Gura Gear will be run as an independent brand, but they still own Tamrac.


----------



## BK (Nov 7, 2018)

I bought the 22L for $150 when they were closing them out back in 2015 based on a post I saw here.

It's seen a lot of use in the last three years and looks brand new. It's very comfortable on my back, even fully loaded and the "suitcase" handle on the side comes in handle when wrestling it into an overhead compartment or car trunk.

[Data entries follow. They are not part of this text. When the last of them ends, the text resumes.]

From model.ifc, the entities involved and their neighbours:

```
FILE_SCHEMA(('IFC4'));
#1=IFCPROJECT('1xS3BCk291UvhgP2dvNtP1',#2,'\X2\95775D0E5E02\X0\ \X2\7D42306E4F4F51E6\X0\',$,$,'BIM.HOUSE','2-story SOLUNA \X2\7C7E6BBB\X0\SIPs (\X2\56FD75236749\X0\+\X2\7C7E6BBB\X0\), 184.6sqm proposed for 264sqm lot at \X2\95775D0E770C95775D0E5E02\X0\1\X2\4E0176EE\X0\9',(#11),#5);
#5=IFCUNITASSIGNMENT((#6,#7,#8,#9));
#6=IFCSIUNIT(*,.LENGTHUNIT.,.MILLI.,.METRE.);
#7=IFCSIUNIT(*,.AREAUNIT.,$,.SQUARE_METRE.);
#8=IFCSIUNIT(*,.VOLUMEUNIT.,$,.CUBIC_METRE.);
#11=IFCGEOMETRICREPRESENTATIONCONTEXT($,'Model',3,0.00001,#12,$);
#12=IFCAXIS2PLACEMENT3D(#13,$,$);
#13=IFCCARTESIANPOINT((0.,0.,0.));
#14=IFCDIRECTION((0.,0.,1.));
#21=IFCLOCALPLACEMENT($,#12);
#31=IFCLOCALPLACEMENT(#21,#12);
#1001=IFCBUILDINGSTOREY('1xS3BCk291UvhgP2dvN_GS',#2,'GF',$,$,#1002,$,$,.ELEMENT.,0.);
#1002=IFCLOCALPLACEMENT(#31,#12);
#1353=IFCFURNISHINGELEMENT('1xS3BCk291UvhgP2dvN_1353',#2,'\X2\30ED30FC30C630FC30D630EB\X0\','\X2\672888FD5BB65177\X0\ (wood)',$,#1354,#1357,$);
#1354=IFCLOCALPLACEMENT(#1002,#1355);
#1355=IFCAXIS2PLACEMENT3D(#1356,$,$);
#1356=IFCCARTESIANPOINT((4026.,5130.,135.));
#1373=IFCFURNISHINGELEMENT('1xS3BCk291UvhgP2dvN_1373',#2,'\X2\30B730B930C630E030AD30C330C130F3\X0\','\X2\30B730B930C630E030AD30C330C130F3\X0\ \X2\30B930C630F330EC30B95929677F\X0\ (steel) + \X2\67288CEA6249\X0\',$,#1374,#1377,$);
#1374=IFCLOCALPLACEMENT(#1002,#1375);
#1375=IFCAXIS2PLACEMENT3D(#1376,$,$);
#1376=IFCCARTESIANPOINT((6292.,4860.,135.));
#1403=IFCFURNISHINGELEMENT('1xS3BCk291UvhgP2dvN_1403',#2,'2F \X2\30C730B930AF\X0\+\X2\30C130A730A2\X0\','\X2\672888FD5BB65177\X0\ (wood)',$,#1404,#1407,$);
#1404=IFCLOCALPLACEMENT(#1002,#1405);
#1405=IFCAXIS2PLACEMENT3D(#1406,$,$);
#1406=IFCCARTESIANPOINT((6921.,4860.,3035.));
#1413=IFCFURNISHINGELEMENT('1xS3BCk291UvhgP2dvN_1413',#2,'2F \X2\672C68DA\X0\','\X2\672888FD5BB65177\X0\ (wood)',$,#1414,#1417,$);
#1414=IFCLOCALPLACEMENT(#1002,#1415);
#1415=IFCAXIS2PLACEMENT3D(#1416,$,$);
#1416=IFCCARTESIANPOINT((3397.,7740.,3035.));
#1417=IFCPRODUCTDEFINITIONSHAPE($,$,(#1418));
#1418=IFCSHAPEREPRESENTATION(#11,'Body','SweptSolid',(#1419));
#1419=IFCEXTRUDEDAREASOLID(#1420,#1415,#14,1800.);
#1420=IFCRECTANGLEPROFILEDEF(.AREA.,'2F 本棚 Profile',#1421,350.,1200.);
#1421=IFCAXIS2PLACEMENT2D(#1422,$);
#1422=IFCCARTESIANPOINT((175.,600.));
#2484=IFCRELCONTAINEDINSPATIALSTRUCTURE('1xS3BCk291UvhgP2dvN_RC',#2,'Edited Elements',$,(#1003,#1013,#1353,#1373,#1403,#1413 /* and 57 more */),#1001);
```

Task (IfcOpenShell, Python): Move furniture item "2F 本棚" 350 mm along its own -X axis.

```python
import ifcopenshell
import ifcopenshell.api.geometry
import ifcopenshell.util.placement
import ifcopenshell.util.unit

model = ifcopenshell.open("model.ifc")
unit_scale = ifcopenshell.util.unit.calculate_unit_scale(model)

item = model.by_guid("1xS3BCk291UvhgP2dvN_1413")
matrix = ifcopenshell.util.placement.get_local_placement(item.ObjectPlacement)
matrix[:3, 3] -= matrix[:3, 0] * 0.35 / unit_scale
ifcopenshell.api.geometry.edit_object_placement(model, product=item, matrix=matrix, is_si=False)

print(ifcopenshell.util.placement.get_local_placement(item.ObjectPlacement).round(3) + 0.0)

model.write("model_rev.ifc")
```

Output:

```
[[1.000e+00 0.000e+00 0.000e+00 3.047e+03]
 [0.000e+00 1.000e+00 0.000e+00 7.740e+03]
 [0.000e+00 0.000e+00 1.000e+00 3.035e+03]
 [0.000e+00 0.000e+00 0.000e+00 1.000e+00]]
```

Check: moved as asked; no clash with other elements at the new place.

The butterfly design is great for the lens/body compartments but it makes storage in the front-most pockets a little more of a pain. Since the front pocket is divided down the middle it acts a bit like a black hole. I'll sometimes use film for instance and it takes a little digging to grab it out of the pocket - if I've got different kinds of film then I've got to grab a handful to find the type I'm looking for. The pocket does flip open, but not completely.

My other issue is that the laptop pocket can be a weak point if you don't latch the clips that attach the strap to the bag at the top. It's not a big deal to make sure the clips are latched, but if the strap on the clip isn't tightened securely then you are still putting a lot of stress on the zipper of the laptop compartment.

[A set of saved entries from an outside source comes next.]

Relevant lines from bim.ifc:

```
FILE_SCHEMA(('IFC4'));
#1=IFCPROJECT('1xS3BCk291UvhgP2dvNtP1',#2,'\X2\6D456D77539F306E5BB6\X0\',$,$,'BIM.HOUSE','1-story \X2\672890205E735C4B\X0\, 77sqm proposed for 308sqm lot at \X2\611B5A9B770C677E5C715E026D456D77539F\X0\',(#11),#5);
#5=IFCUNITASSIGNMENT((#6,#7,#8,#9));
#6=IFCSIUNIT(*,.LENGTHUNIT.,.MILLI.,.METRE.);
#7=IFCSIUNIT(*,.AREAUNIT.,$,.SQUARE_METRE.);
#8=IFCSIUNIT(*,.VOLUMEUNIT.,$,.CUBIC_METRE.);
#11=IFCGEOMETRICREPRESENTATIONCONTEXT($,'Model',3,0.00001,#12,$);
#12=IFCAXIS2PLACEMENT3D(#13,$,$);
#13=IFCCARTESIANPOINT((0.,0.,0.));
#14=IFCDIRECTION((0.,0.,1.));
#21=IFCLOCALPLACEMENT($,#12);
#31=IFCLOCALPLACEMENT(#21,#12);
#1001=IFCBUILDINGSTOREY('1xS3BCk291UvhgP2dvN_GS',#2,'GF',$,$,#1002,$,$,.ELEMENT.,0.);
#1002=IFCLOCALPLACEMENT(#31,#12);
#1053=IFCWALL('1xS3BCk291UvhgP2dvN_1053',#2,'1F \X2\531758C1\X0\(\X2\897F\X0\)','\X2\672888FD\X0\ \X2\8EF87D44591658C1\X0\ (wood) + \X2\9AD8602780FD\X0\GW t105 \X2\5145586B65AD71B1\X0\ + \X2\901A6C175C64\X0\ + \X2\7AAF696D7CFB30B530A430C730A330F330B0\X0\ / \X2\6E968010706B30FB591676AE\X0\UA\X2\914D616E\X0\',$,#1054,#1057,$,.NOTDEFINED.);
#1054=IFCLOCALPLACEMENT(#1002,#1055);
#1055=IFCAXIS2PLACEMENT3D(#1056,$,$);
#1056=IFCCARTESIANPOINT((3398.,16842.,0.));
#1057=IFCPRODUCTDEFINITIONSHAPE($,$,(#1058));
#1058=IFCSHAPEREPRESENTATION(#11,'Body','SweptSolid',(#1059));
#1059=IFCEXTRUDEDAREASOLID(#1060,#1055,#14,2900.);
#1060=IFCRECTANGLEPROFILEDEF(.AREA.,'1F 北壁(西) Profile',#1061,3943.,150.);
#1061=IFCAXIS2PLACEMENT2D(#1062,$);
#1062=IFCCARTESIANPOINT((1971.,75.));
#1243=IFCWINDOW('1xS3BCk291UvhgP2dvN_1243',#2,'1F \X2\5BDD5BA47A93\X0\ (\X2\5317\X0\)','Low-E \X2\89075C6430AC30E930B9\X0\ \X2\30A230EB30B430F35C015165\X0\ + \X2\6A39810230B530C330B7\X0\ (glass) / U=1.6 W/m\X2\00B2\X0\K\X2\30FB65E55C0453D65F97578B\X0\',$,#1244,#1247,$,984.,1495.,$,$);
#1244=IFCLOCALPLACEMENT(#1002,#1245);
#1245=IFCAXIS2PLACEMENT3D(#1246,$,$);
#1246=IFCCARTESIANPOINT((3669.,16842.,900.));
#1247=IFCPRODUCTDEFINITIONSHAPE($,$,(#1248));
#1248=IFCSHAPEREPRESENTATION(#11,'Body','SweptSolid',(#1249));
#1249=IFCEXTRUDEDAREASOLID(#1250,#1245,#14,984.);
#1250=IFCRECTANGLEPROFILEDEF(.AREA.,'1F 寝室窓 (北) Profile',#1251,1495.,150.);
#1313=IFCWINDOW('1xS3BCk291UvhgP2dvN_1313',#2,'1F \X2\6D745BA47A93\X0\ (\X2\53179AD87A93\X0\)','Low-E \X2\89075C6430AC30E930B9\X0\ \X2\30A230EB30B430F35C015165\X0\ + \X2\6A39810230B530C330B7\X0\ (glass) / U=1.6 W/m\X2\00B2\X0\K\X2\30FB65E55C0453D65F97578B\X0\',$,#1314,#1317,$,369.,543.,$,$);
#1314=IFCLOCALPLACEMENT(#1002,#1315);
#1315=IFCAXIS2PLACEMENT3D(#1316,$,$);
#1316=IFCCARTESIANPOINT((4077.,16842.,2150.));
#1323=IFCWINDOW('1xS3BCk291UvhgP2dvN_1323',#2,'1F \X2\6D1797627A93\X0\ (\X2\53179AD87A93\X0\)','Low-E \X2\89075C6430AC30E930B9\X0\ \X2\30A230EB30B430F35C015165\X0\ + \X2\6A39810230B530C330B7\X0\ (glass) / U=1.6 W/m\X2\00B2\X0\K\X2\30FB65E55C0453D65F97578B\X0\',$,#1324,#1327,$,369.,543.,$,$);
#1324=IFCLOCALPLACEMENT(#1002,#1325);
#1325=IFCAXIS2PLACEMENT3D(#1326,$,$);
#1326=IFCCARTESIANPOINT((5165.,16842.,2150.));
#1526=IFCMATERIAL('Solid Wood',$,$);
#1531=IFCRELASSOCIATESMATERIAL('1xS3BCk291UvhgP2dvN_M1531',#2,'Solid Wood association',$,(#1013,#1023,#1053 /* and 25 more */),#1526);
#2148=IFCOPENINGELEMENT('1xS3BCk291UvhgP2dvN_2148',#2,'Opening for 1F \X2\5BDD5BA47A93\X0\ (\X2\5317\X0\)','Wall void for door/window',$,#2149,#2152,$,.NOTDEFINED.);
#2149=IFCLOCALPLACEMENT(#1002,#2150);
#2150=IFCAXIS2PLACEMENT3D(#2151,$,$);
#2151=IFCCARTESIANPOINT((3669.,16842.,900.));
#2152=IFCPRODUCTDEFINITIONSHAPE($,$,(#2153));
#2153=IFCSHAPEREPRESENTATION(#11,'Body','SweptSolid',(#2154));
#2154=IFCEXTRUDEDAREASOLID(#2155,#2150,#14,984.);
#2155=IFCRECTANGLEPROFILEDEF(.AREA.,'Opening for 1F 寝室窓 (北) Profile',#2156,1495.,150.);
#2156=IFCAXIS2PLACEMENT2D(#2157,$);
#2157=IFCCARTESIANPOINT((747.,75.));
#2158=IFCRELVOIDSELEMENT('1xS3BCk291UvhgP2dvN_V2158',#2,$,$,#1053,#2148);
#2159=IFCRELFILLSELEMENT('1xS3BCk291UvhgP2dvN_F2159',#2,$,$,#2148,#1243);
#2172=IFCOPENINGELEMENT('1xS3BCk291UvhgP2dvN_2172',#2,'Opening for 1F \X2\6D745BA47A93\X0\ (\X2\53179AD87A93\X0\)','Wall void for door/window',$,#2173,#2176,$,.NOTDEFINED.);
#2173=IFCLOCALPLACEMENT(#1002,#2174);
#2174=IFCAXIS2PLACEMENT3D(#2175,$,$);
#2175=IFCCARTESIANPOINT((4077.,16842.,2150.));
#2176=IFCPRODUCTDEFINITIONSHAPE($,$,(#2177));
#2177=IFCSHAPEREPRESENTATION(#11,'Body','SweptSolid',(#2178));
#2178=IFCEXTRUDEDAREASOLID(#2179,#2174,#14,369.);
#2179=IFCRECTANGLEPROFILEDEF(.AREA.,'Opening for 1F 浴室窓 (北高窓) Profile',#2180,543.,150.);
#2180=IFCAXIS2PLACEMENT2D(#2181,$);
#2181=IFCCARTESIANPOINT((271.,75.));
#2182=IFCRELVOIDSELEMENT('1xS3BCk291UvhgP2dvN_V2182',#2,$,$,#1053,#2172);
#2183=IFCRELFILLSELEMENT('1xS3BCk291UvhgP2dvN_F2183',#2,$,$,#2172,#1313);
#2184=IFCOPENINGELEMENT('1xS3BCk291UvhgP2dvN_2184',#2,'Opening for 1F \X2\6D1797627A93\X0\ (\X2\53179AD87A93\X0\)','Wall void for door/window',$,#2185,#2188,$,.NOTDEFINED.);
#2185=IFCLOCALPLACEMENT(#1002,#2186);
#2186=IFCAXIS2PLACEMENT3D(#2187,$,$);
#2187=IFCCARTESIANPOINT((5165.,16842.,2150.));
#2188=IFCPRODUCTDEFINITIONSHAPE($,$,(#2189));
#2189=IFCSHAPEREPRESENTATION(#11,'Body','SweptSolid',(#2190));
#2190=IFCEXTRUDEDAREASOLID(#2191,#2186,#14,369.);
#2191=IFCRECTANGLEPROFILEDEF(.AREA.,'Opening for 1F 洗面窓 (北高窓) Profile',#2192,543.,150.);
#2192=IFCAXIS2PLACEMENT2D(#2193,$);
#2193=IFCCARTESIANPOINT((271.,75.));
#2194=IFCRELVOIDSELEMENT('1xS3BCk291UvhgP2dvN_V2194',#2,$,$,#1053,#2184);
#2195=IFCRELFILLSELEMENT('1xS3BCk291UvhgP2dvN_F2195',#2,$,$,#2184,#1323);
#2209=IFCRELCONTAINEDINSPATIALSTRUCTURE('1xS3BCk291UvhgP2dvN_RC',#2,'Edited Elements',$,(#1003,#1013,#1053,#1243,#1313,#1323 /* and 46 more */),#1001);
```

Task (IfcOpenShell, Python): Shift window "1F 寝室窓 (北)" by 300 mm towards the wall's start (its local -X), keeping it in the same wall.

```python
import ifcopenshell
import ifcopenshell.api.geometry
import ifcopenshell.util.placement
import ifcopenshell.util.unit

model = ifcopenshell.open("bim.ifc")
unit_scale = ifcopenshell.util.unit.calculate_unit_scale(model)

window = model.by_guid("1xS3BCk291UvhgP2dvN_1243")
opening = window.FillsVoids[0].RelatingOpeningElement
wall = opening.VoidsElements[0].RelatingBuildingElement

wall_matrix = ifcopenshell.util.placement.get_local_placement(wall.ObjectPlacement)
shift = wall_matrix[:3, 0] * -0.3 / unit_scale
before = ifcopenshell.util.placement.get_local_placement(window.ObjectPlacement)[:3, 3].copy()

# The window is not placed relative to its opening, so move both.
for product in (opening, window):
    matrix = ifcopenshell.util.placement.get_local_placement(product.ObjectPlacement)
    matrix[:3, 3] += shift
    ifcopenshell.api.geometry.edit_object_placement(model, product=product, matrix=matrix, is_si=False)

after = ifcopenshell.util.placement.get_local_placement(window.ObjectPlacement)[:3, 3]
print("window moved by", (after - before).round(3) + 0.0)

model.write("bim_v2.ifc")
```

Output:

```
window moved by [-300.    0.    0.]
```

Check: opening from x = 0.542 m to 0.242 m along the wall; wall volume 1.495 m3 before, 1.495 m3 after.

Both of these issues are very minor in my mind given the overall quality of the bag. I'm very happy with the bag and haven't been tempted to look at anything else since I've had it. I don't know that I could have justified a 300-400 backpack for myself but I think I got a steal at the price I paid.


----------



## docsmith (Nov 7, 2018)

BK said:


> I bought the 22L for $150 when they were closing them out.



I did the same. This is my favorite bag (I have a small collection). I actually like the butterfly split. Grad ND filters go on one side and common "accessories" (spare battery, wipes, lens pen, memory cards, etc) go on the other.

Good news that they are coming back. I am looking for a new "small" bag as my Lowepro Flipside 400AW is showing its age.


----------



## jeanluc (Nov 7, 2018)

BK said:


> I bought the 22L for $150 when they were closing them out back in 2015 based on a post I saw here.
> 
> It's seen a lot of use in the last three years and looks brand new. It's very comfortable on my back, even fully loaded and the "suitcase" handle on the side comes in handle when wrestling it into an overhead compartment or car trunk.
> 
> ...


I have the Gura Gear Bataflae 26L and it is very good. No laptop compartment, but no other problems. Fits under seat of the much loved CRJ regional jets no problem. I use it mainly for transport as opposed to hikes. 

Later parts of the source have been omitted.